▸ PROBLEM TO SOLVE
From the records below, transcribe only the lines running from the one with "#153=IFCRELAGGREGATES('0000000000000000000020',$,$,$,#16,(#13));" through the one with "END-ISO-10303-21;". Keep both of those end lines.

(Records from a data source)
-------

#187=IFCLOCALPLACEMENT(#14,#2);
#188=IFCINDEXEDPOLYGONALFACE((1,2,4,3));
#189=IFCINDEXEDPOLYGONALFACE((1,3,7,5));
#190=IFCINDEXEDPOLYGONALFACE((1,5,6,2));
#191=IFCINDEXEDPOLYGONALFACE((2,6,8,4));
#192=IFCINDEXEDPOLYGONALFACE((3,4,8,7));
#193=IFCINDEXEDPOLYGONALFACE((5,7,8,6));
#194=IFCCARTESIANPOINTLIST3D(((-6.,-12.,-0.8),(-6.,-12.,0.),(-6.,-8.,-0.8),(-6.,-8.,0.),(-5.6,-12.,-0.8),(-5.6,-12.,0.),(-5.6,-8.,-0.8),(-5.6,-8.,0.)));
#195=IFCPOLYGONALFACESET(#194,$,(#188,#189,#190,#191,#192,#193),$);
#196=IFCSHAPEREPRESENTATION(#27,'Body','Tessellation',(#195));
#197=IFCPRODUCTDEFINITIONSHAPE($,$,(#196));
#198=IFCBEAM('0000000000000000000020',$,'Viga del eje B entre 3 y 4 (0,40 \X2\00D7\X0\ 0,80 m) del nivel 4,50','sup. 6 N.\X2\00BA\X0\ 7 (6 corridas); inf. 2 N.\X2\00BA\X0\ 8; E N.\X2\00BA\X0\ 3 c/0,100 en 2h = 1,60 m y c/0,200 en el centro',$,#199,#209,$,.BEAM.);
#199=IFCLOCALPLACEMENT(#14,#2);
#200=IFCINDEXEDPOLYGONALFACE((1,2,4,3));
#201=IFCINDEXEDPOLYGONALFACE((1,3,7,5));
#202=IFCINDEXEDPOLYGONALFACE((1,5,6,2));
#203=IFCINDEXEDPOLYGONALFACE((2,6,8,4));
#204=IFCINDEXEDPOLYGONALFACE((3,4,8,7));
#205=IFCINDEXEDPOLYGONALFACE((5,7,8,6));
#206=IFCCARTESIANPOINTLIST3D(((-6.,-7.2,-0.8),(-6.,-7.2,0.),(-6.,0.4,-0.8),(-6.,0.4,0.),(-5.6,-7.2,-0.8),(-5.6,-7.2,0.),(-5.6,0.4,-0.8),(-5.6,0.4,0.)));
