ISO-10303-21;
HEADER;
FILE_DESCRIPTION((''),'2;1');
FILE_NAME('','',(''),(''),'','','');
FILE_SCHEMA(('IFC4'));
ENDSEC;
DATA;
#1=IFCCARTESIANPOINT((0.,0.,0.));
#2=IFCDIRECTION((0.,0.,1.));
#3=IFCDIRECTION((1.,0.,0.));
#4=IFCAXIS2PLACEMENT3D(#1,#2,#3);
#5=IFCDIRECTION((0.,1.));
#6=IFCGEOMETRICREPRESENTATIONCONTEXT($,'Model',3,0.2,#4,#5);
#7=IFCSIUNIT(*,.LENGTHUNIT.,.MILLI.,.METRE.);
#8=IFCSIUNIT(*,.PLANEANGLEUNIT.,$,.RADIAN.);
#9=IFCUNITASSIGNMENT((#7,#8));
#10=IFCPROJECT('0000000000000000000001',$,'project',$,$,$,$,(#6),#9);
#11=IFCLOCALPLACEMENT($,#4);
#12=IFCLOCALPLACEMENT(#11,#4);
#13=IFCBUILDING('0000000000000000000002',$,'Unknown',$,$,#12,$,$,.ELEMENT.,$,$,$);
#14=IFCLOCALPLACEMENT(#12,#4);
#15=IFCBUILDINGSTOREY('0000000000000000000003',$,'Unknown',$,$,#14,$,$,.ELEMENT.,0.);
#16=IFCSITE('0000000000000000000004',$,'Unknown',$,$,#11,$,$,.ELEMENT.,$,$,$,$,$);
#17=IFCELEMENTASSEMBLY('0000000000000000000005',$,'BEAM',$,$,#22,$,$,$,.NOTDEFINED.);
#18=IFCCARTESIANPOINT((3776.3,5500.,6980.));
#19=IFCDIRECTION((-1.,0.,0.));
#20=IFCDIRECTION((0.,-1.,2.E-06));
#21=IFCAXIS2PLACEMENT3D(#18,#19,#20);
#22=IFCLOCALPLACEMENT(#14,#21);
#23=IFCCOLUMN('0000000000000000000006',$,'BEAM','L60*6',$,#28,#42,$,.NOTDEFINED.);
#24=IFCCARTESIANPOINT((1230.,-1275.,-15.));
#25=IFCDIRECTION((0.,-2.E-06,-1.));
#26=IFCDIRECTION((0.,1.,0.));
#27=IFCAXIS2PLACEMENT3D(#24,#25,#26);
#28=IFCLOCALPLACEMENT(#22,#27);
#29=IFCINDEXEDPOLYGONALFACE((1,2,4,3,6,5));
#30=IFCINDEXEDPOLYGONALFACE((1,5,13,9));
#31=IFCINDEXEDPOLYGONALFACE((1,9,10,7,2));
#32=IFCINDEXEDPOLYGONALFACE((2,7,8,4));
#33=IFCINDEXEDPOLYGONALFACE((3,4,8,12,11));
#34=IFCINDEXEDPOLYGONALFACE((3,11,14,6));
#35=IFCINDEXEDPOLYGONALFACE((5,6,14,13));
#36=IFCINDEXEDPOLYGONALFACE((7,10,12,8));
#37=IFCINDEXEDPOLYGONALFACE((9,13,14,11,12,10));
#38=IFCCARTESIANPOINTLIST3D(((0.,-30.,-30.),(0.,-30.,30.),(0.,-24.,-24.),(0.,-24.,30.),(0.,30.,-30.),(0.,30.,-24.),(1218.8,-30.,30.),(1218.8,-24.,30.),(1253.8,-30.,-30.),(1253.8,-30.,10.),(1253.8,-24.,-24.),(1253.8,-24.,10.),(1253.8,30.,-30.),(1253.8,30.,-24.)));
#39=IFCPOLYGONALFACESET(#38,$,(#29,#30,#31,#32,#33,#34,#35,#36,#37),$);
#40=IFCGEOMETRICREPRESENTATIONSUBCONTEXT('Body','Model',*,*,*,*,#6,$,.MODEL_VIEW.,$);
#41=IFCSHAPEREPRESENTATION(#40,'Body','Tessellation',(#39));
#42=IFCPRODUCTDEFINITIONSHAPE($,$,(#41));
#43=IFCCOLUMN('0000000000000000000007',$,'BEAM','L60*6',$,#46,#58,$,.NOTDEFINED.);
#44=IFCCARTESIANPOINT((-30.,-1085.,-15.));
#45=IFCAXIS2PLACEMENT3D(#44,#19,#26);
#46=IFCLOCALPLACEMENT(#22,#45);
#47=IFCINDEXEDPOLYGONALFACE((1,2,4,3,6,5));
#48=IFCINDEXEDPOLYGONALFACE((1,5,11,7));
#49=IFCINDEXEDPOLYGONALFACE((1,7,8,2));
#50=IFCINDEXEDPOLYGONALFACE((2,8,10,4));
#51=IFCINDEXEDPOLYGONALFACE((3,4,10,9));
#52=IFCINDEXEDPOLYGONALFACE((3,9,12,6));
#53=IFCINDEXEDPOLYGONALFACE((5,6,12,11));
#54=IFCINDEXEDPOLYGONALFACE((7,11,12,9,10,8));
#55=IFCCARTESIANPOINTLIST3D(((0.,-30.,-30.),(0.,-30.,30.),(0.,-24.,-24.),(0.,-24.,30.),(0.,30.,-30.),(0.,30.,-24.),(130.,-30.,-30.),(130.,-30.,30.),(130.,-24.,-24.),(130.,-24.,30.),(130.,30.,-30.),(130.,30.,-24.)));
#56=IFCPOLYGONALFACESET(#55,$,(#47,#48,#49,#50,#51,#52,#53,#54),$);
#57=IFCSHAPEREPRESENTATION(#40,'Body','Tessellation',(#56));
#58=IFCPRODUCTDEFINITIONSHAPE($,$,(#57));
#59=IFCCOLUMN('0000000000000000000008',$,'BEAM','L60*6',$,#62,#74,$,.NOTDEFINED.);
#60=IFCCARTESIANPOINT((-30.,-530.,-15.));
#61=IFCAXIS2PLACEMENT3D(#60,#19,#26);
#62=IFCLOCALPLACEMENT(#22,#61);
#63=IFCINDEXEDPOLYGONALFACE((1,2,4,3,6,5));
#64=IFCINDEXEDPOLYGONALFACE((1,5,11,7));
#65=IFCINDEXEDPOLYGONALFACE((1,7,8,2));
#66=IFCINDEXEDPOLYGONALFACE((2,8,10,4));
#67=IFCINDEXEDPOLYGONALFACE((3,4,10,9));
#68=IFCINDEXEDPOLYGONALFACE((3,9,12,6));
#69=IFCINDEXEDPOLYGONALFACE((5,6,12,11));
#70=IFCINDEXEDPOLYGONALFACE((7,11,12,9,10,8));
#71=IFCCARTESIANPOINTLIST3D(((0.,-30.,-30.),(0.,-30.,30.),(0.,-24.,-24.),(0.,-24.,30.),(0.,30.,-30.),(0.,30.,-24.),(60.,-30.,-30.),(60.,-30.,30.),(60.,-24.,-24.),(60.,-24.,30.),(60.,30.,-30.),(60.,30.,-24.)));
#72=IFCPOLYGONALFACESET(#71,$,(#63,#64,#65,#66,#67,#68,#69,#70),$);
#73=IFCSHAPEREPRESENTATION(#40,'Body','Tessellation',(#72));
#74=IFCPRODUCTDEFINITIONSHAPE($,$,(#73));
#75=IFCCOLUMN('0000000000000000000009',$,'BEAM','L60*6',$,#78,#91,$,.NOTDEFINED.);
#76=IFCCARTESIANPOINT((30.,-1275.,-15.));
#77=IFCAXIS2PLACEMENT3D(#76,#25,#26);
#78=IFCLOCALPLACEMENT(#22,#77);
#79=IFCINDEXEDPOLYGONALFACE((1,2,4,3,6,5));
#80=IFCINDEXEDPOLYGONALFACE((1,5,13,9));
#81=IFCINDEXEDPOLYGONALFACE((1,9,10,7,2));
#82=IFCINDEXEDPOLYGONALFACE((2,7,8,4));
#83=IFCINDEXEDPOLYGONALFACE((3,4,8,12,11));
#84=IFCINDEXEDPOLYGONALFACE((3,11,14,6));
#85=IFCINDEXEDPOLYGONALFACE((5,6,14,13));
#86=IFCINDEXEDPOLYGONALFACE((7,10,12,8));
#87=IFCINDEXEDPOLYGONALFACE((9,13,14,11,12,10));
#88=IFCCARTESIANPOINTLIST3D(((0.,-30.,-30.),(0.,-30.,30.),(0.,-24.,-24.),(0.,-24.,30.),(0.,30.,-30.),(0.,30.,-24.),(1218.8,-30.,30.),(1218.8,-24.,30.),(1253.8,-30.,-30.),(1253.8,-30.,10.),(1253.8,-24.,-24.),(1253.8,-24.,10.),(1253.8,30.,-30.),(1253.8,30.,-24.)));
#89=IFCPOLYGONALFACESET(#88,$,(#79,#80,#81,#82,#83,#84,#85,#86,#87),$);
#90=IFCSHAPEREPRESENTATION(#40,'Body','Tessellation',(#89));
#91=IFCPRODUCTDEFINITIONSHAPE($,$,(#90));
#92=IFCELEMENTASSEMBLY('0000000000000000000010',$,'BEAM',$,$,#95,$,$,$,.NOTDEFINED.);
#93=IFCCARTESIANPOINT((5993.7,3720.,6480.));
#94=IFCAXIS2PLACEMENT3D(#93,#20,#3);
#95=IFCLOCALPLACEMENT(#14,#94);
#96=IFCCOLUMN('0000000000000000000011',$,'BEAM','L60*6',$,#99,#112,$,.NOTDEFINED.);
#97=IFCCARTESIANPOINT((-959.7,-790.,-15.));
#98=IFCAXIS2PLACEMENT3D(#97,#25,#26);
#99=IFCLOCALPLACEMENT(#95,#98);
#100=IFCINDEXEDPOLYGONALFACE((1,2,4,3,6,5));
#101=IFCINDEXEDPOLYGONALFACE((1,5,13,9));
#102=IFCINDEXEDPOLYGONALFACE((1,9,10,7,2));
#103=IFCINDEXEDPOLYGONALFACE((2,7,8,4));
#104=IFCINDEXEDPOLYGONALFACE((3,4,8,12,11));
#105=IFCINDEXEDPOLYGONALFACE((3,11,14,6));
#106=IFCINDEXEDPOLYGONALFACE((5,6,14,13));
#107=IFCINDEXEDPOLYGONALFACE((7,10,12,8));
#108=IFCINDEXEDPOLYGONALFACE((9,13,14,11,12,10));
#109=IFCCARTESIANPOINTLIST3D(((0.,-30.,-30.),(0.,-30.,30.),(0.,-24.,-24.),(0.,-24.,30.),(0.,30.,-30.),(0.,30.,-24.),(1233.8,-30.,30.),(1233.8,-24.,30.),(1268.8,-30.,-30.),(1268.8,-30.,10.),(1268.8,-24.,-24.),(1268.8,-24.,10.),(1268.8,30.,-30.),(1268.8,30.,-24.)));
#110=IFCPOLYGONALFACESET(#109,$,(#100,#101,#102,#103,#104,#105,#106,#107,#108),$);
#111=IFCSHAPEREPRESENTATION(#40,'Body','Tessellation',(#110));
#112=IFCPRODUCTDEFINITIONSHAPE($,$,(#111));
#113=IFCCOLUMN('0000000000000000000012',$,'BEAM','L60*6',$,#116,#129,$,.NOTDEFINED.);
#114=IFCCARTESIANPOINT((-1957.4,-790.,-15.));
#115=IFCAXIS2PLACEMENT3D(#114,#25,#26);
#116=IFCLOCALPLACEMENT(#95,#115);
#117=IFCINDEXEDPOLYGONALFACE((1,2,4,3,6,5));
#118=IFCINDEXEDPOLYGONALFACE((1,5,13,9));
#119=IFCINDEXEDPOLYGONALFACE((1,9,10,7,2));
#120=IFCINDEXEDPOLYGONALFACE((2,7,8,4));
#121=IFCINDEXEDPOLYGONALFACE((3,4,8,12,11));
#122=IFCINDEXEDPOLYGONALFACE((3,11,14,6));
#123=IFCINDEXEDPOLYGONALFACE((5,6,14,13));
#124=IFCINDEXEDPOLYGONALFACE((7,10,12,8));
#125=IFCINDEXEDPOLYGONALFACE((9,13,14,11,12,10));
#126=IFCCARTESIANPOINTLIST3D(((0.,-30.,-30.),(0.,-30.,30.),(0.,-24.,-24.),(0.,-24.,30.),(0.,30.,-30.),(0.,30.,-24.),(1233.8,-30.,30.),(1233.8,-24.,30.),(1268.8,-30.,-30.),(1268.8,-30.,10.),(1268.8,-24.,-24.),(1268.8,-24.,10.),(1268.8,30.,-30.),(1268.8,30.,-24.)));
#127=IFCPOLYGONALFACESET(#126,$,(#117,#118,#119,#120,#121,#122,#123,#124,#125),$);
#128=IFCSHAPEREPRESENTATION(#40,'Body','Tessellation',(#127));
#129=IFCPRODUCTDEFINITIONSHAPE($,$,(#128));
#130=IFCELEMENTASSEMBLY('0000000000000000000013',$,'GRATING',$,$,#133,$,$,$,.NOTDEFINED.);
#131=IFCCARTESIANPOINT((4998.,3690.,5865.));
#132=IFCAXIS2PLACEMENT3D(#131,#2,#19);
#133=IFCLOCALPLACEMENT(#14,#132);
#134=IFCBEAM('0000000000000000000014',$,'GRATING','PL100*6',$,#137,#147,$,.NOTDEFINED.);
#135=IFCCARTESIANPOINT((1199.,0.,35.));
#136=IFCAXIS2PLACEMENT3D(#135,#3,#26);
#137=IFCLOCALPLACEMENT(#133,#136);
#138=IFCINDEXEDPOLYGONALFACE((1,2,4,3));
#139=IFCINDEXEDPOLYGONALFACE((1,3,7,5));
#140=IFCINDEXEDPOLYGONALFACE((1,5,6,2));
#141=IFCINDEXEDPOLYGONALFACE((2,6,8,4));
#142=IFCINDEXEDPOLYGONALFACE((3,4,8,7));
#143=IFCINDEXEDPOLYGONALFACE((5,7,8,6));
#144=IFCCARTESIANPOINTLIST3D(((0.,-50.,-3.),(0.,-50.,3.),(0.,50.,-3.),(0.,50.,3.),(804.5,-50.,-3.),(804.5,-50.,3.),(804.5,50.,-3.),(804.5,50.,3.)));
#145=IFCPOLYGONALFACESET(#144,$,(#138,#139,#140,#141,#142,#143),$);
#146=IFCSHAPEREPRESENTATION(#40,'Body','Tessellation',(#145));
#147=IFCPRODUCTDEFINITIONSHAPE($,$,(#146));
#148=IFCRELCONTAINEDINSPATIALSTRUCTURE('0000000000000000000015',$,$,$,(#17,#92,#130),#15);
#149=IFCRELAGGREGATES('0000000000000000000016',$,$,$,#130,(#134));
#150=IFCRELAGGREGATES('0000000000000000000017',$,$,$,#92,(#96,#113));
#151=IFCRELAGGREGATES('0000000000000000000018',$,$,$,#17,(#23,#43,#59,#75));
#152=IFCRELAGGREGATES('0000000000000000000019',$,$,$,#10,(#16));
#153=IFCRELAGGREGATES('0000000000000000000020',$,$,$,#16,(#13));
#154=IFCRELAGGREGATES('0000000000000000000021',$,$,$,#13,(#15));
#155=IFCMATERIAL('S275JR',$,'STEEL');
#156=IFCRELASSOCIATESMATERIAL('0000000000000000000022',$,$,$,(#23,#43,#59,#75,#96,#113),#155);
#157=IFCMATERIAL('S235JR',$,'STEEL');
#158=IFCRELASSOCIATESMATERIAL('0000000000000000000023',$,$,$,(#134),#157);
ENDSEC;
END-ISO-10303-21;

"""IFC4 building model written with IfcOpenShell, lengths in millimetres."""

from ifc_helpers import new_model, si_unit, direction, frame, origin_with_axes, place, context, subcontext, project, spatial, line, indexed_curve, outline, extrude, material, element, aggregate, save


model = new_model("IFC4")

# Units and contexts
model_context = context("Model", 3, precision=0.2, world=origin_with_axes(), true_north=direction((0.0, 1.0)))
body_context = subcontext(model_context, "Body", "Model", "MODEL_VIEW")
ifc_project = project(units=[si_unit("LENGTHUNIT", "METRE", prefix="MILLI"), si_unit("PLANEANGLEUNIT", "RADIAN")], contexts=[model_context])

# Site, building, storey
site_placement = place(None, origin_with_axes())
site = spatial("IfcSite", under=ifc_project, at=site_placement, Name="Unknown", CompositionType="ELEMENT")
building_placement = place(site_placement, origin_with_axes())
building = spatial("IfcBuilding", under=site, at=building_placement, Name="Unknown", CompositionType="ELEMENT")
storey_placement = place(building_placement, origin_with_axes())
storey = spatial("IfcBuildingStorey", under=building, at=storey_placement, Name="Unknown", CompositionType="ELEMENT", Elevation=0.0)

-------

▸ ANSWER BOX
#153=IFCRELAGGREGATES('0000000000000000000020',$,$,$,#16,(#13));
#154=IFCRELAGGREGATES('0000000000000000000021',$,$,$,#13,(#15));
#155=IFCMATERIAL('S275JR',$,'STEEL');
#156=IFCRELASSOCIATESMATERIAL('0000000000000000000022',$,$,$,(#23,#43,#59,#75,#96,#113),#155);
#157=IFCMATERIAL('S235JR',$,'STEEL');
#158=IFCRELASSOCIATESMATERIAL('0000000000000000000023',$,$,$,(#134),#157);
ENDSEC;
END-ISO-10303-21;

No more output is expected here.